If a line of the listing contains the string "asked", return that line.
*** Opening of STUDY MATERIAL ***
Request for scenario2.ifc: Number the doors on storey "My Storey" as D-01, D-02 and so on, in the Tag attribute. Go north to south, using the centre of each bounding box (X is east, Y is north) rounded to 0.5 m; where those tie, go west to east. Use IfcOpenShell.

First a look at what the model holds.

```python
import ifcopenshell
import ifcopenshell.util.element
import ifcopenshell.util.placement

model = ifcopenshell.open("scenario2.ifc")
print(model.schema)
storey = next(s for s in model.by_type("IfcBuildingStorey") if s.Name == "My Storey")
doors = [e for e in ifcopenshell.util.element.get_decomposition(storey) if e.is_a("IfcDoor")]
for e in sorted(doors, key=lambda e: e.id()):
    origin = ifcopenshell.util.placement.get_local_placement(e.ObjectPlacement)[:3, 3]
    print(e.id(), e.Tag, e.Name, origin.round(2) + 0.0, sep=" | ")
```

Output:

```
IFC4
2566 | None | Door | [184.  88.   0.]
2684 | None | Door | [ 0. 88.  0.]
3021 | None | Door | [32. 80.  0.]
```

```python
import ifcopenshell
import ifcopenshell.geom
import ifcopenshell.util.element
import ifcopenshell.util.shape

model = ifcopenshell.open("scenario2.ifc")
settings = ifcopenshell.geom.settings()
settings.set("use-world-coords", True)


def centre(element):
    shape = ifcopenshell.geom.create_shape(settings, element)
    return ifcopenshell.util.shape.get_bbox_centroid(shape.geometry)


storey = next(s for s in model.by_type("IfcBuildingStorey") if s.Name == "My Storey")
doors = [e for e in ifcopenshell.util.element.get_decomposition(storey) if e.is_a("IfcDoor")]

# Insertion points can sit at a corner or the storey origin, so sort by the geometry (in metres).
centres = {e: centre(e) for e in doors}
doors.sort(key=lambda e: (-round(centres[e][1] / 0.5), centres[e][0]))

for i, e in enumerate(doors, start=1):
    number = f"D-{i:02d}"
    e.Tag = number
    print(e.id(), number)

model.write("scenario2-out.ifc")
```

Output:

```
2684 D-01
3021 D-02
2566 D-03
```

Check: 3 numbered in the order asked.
*** Close of STUDY MATERIAL ***
*** Opening of STUDY MATERIAL ***
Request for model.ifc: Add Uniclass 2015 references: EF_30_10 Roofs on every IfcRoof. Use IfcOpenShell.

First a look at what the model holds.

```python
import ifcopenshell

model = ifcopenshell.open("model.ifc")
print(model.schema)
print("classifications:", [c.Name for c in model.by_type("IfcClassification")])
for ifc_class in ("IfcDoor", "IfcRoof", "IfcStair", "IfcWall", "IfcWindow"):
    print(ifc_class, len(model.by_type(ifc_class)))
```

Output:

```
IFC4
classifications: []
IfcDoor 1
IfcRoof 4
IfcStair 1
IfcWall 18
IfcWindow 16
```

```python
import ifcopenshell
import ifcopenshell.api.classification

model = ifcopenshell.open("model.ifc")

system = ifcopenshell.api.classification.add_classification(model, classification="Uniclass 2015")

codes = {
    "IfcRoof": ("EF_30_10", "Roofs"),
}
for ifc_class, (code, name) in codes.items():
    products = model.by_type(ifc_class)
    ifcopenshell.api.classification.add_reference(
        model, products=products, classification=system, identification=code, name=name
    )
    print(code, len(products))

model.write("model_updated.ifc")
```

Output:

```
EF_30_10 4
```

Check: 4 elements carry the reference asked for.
*** Close of STUDY MATERIAL ***
RESULT FOR THIS EXERCISE -
Check: 3 numbered in the order asked.
Check: 4 elements carry the reference asked for.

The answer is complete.